* Information given *
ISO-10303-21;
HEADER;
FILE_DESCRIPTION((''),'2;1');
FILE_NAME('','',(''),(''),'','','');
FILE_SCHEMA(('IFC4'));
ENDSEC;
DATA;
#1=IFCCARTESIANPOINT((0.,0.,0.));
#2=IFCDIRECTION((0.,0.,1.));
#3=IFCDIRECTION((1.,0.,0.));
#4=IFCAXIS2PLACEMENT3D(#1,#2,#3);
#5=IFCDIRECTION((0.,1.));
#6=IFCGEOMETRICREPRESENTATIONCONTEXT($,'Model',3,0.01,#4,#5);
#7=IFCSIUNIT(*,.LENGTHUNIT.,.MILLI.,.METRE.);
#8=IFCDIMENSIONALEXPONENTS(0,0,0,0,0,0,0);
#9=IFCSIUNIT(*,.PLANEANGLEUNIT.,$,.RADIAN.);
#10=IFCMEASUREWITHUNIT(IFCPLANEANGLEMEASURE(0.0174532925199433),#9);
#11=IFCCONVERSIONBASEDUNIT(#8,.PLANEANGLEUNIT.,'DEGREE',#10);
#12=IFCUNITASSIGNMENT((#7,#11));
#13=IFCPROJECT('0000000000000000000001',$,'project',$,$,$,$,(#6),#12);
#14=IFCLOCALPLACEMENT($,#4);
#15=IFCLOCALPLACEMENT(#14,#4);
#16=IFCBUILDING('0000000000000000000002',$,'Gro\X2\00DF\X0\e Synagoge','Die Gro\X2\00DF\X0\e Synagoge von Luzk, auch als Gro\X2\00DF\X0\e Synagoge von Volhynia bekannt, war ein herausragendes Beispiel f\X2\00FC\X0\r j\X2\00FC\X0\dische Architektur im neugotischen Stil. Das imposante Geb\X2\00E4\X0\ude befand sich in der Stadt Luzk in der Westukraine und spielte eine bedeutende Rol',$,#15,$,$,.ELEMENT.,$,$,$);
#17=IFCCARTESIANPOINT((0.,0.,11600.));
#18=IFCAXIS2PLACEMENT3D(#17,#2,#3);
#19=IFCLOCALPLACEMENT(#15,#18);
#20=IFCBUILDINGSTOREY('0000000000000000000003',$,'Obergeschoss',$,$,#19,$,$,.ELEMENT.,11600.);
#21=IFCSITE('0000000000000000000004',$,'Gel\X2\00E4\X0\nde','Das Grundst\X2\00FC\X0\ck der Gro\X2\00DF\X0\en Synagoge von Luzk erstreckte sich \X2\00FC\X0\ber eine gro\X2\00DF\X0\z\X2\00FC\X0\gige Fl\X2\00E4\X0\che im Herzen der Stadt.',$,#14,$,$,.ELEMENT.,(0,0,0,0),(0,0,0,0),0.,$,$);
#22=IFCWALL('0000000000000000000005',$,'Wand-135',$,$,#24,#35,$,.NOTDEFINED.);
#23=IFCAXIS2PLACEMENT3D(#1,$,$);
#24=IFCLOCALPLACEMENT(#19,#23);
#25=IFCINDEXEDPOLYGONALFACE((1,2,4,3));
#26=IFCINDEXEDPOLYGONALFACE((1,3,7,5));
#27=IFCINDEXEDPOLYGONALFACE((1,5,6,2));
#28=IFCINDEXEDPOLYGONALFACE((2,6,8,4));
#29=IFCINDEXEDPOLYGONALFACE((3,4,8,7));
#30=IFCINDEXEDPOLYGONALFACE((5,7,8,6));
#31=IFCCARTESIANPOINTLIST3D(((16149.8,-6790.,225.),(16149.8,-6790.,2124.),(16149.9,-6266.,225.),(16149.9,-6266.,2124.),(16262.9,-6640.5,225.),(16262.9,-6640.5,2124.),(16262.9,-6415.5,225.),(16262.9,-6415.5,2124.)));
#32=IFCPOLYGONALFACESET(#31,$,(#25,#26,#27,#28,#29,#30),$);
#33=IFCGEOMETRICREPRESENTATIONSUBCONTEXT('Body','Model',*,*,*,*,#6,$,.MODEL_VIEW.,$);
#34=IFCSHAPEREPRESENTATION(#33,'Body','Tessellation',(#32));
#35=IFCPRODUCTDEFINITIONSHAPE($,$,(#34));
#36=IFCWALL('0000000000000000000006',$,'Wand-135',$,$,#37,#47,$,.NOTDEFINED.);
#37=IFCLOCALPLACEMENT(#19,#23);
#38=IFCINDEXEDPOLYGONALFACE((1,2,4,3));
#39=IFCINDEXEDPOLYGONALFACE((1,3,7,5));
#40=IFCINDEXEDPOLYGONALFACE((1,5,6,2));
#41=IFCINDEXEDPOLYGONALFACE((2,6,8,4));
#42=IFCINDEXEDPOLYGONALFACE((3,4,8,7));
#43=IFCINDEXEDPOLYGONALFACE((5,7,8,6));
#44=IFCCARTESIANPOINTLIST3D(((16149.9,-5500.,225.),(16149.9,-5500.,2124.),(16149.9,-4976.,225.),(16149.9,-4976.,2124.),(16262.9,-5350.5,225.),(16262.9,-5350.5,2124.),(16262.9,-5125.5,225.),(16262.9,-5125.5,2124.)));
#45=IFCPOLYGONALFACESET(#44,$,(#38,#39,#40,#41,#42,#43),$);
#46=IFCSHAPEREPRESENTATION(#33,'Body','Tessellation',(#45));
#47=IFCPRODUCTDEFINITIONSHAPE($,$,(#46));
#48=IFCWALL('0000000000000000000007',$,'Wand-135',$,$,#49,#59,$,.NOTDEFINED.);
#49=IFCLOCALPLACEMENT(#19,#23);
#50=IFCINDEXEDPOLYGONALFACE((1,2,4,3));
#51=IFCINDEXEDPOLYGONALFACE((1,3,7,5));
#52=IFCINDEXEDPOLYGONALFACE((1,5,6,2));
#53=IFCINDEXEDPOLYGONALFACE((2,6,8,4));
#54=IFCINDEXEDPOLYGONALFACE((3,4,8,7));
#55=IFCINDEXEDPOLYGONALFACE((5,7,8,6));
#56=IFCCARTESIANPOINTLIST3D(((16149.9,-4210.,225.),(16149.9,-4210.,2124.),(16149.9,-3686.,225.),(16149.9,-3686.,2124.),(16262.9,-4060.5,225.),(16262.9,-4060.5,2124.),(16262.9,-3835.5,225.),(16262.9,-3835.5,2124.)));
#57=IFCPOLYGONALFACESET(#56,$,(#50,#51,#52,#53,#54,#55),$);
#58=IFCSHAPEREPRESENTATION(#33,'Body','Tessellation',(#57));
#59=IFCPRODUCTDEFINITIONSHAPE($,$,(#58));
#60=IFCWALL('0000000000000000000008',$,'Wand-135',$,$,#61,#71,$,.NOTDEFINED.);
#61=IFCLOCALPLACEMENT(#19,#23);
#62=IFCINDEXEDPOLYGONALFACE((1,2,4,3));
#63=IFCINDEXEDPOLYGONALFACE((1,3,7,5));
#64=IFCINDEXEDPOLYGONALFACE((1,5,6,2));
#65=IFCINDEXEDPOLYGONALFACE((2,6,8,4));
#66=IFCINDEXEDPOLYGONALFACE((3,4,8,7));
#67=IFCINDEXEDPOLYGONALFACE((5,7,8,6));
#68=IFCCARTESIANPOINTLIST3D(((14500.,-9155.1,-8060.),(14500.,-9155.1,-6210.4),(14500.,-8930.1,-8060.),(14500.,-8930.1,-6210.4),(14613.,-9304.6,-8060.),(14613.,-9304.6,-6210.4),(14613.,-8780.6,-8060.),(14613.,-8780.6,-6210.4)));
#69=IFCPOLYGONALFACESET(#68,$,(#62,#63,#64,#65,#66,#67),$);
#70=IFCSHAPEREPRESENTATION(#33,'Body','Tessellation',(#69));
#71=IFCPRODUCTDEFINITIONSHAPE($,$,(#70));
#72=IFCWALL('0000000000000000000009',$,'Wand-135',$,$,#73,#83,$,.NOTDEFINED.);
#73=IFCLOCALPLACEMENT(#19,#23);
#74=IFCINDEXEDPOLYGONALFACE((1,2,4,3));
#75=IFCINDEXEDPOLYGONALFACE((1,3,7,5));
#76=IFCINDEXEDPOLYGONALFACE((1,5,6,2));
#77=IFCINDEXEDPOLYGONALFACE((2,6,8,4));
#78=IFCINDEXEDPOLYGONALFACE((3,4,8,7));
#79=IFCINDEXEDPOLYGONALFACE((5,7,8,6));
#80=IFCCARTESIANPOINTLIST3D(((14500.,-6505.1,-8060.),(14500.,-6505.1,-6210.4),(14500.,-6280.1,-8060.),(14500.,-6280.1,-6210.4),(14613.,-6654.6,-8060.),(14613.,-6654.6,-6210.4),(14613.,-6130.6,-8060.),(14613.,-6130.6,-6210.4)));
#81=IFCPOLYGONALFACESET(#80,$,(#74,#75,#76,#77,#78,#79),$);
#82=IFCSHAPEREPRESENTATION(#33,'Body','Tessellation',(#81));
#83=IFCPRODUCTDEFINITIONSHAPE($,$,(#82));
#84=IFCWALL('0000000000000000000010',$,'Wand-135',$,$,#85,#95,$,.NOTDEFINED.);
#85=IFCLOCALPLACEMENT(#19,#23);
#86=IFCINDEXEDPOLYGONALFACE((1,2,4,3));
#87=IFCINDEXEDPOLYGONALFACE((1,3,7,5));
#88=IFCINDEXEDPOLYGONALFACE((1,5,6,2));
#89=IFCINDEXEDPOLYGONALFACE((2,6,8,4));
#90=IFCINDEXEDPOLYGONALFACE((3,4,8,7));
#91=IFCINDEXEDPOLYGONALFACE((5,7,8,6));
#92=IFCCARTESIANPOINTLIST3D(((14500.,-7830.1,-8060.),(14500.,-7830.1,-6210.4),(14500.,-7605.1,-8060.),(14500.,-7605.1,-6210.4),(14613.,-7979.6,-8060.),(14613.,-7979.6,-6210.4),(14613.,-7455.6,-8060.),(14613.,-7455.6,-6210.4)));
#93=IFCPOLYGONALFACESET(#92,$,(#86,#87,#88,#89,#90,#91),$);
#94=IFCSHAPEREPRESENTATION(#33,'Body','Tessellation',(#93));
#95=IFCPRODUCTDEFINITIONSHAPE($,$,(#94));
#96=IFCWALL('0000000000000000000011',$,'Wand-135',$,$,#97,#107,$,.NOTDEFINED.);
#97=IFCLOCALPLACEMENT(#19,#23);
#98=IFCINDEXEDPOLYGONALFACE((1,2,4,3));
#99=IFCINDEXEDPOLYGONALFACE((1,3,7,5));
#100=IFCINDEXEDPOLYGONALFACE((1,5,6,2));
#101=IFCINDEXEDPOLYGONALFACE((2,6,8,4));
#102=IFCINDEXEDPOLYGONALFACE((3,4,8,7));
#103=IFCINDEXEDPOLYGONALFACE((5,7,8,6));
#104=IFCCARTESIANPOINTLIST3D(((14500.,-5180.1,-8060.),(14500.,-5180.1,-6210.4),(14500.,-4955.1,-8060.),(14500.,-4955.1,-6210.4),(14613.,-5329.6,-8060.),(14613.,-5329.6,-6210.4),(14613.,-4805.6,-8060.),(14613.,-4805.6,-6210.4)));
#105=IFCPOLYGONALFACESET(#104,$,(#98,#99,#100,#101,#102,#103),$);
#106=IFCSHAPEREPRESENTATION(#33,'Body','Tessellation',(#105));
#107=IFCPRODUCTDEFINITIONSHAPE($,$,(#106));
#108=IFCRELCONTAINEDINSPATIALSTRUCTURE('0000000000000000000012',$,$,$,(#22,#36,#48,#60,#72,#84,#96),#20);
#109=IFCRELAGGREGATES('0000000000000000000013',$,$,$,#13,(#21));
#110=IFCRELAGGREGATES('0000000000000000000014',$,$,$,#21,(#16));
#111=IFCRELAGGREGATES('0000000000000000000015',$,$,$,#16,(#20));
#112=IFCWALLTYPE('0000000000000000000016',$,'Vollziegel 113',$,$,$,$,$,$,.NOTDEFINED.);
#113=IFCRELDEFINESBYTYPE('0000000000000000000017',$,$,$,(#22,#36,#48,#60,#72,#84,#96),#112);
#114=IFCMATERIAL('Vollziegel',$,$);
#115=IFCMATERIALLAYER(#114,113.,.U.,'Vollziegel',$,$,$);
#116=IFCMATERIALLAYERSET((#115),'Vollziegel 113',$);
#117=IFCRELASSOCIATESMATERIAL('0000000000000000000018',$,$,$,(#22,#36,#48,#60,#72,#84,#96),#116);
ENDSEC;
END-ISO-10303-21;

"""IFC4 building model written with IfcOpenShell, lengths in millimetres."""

from ifc_helpers import new_model, entity, si_unit, converted_unit, direction, frame, origin_with_axes, place, context, subcontext, project, spatial, line, indexed_curve, outline, extrude, material, layer, layer_set, layer_usage, type_object, element, save


model = new_model("IFC4")

# Units and contexts
model_context = context("Model", 3, precision=0.01, world=origin_with_axes(), true_north=direction((0.0, 1.0)))
body_context = subcontext(model_context, "Body", "Model", "MODEL_VIEW")
ifc_project = project(units=[si_unit("LENGTHUNIT", "METRE", prefix="MILLI"), converted_unit("PLANEANGLEUNIT", "DEGREE", entity("IfcPlaneAngleMeasure", 0.0174532925199433), si_unit("PLANEANGLEUNIT", "RADIAN"), dimensions=[0, 0, 0, 0, 0, 0, 0])], contexts=[model_context])

# Site, building, storey
site_placement = place(None, origin_with_axes())
site = spatial("IfcSite", under=ifc_project, at=site_placement, Name="Gelände", Description="Das Grundstück der Großen Synagoge von Luzk erstreckte sich über eine großzügige Fläche im Herzen der Stadt.", CompositionType="ELEMENT", RefLatitude=(0, 0, 0, 0), RefLongitude=(0, 0, 0, 0), RefElevation=0.0)
building_placement = place(site_placement, origin_with_axes())
building = spatial("IfcBuilding", under=site, at=building_placement, Name="Große Synagoge", Description="Die Große Synagoge von Luzk, auch als Große Synagoge von Volhynia bekannt, war ein herausragendes Beispiel für jüdische Architektur im neugotischen Stil. Das imposante Gebäude befand sich in der Stadt Luzk in der Westukraine und spielte eine bedeutende Rol", CompositionType="ELEMENT")
storey_placement = place(building_placement, frame((0.0, 0.0, 11600.0), z_axis=(0.0, 0.0, 1.0), x_axis=(1.0, 0.0, 0.0)))
storey = spatial("IfcBuildingStorey", under=building, at=storey_placement, Name="Obergeschoss", CompositionType="ELEMENT", Elevation=11600.0)

# Walls
ifc_material_1 = material(Name="Vollziegel")
ifc_layer = layer(ifc_material_1, 113.0, ventilated="UNKNOWN", Name="Vollziegel")
ifc_layer_set = layer_set([ifc_layer], Name="Vollziegel 113")
wall_type_1 = type_object("IfcWallType", Name="Vollziegel 113", PredefinedType="NOTDEFINED")
ifc_layer_usage_1 = layer_usage(ifc_layer_set, "AXIS2", "NEGATIVE", 113.0)
wall_1_placement = place(storey_placement, frame((16149.9, -6415.5, 225.0), z_axis=(0.0, 0.0, 1.0), x_axis=(-0.000019, -1.0, 0.0)))
element("IfcWall", 1, at=wall_1_placement, inside=storey, type_object=wall_type_1, material=ifc_layer_usage_1, Name="Wand-135", PredefinedType="NOTDEFINED", context=body_context, shape_type="SweptSolid", body=[
    extrude(outline(indexed_curve([(-149.5, 0.0), (374.5, 0.0), (225.0, 113.0), (0.0, 113.0)], segments=[line(1, 2, 3, 4, 1)])), origin_with_axes(), (0.0, 0.0, 1.0), 1899.0),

* What the exercise asks *
Reproduce the lines above, beginning at the line with "#23=IFCAXIS2PLACEMENT3D(#1,$,$);" and stopping after the line with "#30=IFCINDEXEDPOLYGONALFACE((5,7,8,6));", exactly as they are.

* Written response *
#23=IFCAXIS2PLACEMENT3D(#1,$,$);
#24=IFCLOCALPLACEMENT(#19,#23);
#25=IFCINDEXEDPOLYGONALFACE((1,2,4,3));
#26=IFCINDEXEDPOLYGONALFACE((1,3,7,5));
#27=IFCINDEXEDPOLYGONALFACE((1,5,6,2));
#28=IFCINDEXEDPOLYGONALFACE((2,6,8,4));
#29=IFCINDEXEDPOLYGONALFACE((3,4,8,7));
#30=IFCINDEXEDPOLYGONALFACE((5,7,8,6));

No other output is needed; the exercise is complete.